### Records for this task

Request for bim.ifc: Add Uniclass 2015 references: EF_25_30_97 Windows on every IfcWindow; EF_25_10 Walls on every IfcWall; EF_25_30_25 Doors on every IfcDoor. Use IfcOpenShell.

First a look at what the model holds.

```python
import ifcopenshell

model = ifcopenshell.open("bim.ifc")
print(model.schema)
print("classifications:", [c.Name for c in model.by_type("IfcClassification")])
for ifc_class in ("IfcDoor", "IfcRoof", "IfcStair", "IfcWall", "IfcWindow"):
    print(ifc_class, len(model.by_type(ifc_class)))
```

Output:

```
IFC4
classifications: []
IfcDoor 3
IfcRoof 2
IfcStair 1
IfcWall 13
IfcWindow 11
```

```python
import ifcopenshell
import ifcopenshell.api.classification

model = ifcopenshell.open("bim.ifc")

system = ifcopenshell.api.classification.add_classification(model, classification="Uniclass 2015")

codes = {
    "IfcWindow": ("EF_25_30_97", "Windows"),
    "IfcWall": ("EF_25_10", "Walls"),
    "IfcDoor": ("EF_25_30_25", "Doors"),
}
for ifc_class, (code, name) in codes.items():
    products = model.by_type(ifc_class)
    ifcopenshell.api.classification.add_reference(
        model, products=products, classification=system, identification=code, name=name
    )
    print(code, len(products))

model.write("bim-out.ifc")
```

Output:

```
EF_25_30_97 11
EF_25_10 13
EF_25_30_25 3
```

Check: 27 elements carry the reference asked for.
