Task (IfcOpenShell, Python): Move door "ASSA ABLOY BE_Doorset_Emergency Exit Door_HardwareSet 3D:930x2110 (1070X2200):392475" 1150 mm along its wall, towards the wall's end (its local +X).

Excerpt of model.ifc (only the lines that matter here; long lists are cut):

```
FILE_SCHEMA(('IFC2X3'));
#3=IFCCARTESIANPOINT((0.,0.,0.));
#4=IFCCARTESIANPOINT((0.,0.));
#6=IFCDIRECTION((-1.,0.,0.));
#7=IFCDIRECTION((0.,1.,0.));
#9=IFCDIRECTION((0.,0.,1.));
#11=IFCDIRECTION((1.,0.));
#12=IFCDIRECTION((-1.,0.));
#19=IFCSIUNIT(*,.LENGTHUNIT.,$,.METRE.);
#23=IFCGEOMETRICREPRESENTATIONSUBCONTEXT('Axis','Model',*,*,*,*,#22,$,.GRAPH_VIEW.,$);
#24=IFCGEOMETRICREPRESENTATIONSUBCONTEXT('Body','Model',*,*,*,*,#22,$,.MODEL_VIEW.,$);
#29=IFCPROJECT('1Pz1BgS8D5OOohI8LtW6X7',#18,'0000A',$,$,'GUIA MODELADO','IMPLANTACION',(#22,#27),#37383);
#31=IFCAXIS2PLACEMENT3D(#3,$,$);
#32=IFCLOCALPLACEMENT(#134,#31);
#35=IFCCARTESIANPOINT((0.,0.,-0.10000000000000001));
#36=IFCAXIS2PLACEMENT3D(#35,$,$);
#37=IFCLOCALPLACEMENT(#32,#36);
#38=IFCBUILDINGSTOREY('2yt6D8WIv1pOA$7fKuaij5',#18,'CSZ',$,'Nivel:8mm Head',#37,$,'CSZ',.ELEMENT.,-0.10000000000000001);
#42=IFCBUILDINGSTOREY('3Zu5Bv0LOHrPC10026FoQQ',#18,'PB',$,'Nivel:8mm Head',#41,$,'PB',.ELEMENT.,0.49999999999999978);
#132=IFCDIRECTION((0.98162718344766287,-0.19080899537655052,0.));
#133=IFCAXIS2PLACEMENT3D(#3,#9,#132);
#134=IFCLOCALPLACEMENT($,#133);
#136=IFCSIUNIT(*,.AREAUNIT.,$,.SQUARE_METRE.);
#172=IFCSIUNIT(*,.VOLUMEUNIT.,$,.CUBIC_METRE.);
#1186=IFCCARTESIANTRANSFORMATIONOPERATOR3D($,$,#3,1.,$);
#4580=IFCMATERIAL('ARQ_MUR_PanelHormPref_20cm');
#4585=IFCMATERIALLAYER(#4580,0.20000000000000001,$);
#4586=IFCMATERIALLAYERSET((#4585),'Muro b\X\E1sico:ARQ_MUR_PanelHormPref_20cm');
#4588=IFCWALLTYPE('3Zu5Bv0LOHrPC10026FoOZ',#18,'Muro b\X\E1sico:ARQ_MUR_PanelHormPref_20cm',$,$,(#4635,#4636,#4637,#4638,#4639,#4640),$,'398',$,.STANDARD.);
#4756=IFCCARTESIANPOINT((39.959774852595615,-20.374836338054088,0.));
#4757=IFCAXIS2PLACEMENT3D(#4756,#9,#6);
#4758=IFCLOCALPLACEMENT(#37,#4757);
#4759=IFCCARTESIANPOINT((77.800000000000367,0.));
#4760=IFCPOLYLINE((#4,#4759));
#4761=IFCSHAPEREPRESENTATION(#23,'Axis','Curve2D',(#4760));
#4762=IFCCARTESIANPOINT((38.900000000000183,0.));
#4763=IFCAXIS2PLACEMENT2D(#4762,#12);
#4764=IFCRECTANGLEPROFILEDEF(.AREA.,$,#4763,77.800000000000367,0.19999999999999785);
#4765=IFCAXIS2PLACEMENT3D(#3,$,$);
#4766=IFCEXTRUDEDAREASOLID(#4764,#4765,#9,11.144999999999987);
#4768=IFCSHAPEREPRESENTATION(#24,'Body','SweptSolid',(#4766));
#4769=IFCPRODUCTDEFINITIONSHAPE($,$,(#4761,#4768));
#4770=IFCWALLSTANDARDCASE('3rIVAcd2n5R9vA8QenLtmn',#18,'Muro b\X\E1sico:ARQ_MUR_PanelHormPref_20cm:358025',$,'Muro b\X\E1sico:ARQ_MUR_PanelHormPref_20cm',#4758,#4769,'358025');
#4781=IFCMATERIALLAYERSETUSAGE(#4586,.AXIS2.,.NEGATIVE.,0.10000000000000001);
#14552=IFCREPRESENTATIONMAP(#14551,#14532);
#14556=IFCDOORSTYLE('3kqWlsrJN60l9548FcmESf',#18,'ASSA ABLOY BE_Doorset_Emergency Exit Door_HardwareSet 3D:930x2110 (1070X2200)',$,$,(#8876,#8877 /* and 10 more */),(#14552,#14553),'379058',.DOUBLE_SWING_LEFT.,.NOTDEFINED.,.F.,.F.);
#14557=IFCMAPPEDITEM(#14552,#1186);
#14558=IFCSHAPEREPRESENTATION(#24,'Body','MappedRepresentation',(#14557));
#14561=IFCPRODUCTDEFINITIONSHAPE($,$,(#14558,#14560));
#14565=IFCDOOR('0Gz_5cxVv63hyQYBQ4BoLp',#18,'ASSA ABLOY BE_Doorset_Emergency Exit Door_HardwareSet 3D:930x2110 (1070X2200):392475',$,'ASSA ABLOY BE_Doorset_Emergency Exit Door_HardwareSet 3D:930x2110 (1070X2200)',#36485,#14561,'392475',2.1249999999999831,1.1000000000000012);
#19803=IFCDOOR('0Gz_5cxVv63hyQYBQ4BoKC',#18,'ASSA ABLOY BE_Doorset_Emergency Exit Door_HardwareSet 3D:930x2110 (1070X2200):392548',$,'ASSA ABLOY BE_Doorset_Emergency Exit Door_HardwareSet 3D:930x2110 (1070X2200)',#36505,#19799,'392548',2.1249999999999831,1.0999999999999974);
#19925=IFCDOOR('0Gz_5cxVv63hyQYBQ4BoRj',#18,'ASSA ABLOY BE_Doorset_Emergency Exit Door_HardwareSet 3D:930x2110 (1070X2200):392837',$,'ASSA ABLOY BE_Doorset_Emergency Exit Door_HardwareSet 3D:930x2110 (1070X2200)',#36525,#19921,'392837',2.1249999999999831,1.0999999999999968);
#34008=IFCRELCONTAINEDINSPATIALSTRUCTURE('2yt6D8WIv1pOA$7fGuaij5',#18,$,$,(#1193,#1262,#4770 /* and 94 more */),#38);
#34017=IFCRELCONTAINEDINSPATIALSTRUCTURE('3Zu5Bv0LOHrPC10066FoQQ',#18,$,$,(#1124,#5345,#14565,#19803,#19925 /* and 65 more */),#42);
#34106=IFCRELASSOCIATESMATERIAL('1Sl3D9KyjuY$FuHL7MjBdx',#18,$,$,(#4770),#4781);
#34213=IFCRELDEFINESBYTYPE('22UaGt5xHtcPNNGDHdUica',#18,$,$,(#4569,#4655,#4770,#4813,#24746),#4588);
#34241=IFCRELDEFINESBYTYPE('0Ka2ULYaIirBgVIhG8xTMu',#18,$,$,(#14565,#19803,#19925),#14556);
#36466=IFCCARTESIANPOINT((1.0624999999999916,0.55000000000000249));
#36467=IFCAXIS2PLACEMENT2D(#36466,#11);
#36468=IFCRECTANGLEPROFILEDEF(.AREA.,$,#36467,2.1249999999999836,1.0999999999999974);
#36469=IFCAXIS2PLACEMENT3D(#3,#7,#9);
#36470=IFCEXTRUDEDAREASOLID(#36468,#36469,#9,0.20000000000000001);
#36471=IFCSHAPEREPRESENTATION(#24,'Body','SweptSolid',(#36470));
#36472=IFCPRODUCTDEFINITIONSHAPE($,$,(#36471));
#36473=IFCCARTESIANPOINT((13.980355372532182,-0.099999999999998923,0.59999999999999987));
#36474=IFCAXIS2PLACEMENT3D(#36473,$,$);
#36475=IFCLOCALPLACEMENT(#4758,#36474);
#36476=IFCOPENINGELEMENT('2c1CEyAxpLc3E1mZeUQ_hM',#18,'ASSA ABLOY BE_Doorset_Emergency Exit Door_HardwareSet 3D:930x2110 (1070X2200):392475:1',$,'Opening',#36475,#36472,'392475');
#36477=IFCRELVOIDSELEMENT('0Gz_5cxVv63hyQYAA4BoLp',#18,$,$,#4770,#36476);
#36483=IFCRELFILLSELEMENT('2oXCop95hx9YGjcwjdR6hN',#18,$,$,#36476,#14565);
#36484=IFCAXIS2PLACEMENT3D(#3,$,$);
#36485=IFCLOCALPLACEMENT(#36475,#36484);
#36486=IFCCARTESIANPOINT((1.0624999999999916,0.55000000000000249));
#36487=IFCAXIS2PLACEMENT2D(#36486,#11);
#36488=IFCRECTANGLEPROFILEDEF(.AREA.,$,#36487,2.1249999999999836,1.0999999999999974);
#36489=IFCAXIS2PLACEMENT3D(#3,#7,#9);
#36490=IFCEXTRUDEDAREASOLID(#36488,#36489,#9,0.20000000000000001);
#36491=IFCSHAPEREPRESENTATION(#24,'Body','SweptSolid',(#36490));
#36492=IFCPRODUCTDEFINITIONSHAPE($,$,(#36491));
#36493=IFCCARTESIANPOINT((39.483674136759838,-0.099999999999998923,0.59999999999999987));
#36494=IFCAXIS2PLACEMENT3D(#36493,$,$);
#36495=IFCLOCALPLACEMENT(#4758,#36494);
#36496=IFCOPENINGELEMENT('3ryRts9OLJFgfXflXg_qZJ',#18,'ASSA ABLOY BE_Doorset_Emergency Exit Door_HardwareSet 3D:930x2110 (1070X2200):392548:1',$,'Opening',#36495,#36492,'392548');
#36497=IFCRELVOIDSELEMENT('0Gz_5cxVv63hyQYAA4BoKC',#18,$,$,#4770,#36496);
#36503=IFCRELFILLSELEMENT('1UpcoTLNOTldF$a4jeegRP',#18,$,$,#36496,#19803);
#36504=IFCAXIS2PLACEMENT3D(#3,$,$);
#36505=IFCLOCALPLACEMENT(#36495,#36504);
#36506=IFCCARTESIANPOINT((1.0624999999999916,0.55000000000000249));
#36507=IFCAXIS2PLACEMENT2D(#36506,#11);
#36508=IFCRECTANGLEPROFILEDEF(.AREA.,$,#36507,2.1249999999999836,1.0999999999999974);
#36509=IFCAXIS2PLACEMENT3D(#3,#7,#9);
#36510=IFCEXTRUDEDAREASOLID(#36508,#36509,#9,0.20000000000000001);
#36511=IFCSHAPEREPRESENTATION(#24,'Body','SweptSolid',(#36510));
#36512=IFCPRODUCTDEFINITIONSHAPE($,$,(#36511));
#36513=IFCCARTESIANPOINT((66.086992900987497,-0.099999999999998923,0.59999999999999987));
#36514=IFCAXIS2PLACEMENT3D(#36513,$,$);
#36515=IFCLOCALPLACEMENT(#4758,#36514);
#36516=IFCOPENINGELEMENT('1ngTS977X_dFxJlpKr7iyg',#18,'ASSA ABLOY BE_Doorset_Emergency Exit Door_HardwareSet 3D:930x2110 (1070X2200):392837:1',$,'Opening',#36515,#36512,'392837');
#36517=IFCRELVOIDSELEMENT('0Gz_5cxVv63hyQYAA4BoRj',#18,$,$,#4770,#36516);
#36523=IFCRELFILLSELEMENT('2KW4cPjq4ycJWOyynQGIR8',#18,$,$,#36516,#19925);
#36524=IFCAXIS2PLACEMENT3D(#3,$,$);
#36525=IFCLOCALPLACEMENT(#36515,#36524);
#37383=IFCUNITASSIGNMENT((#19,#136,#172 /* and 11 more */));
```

```python
import ifcopenshell
import ifcopenshell.api.geometry
import ifcopenshell.util.placement

model = ifcopenshell.open("model.ifc")

door = model.by_guid("0Gz_5cxVv63hyQYBQ4BoLp")
opening = door.FillsVoids[0].RelatingOpeningElement
wall = opening.VoidsElements[0].RelatingBuildingElement

wall_matrix = ifcopenshell.util.placement.get_local_placement(wall.ObjectPlacement)
shift = wall_matrix[:3, 0] * 1.15
before = ifcopenshell.util.placement.get_local_placement(door.ObjectPlacement)[:3, 3].copy()

# The door is placed relative to its opening, so it follows when the opening moves.
matrix = ifcopenshell.util.placement.get_local_placement(opening.ObjectPlacement)
matrix[:3, 3] += shift
ifcopenshell.api.geometry.edit_object_placement(
    model, product=opening, matrix=matrix, is_si=False, should_transform_children=True
)

after = ifcopenshell.util.placement.get_local_placement(door.ObjectPlacement)[:3, 3]
print("door moved by", (after - before).round(3) + 0.0)

model.write("model_updated.ifc")
```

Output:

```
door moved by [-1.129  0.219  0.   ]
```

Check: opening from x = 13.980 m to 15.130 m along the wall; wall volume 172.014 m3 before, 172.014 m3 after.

### Your assignment
What lines above contain the word "Check"? Please copy each one.

### Answer to the problem
Check: 27 elements carry the reference asked for.
Check: opening from x = 13.980 m to 15.130 m along the wall; wall volume 172.014 m3 before, 172.014 m3 after.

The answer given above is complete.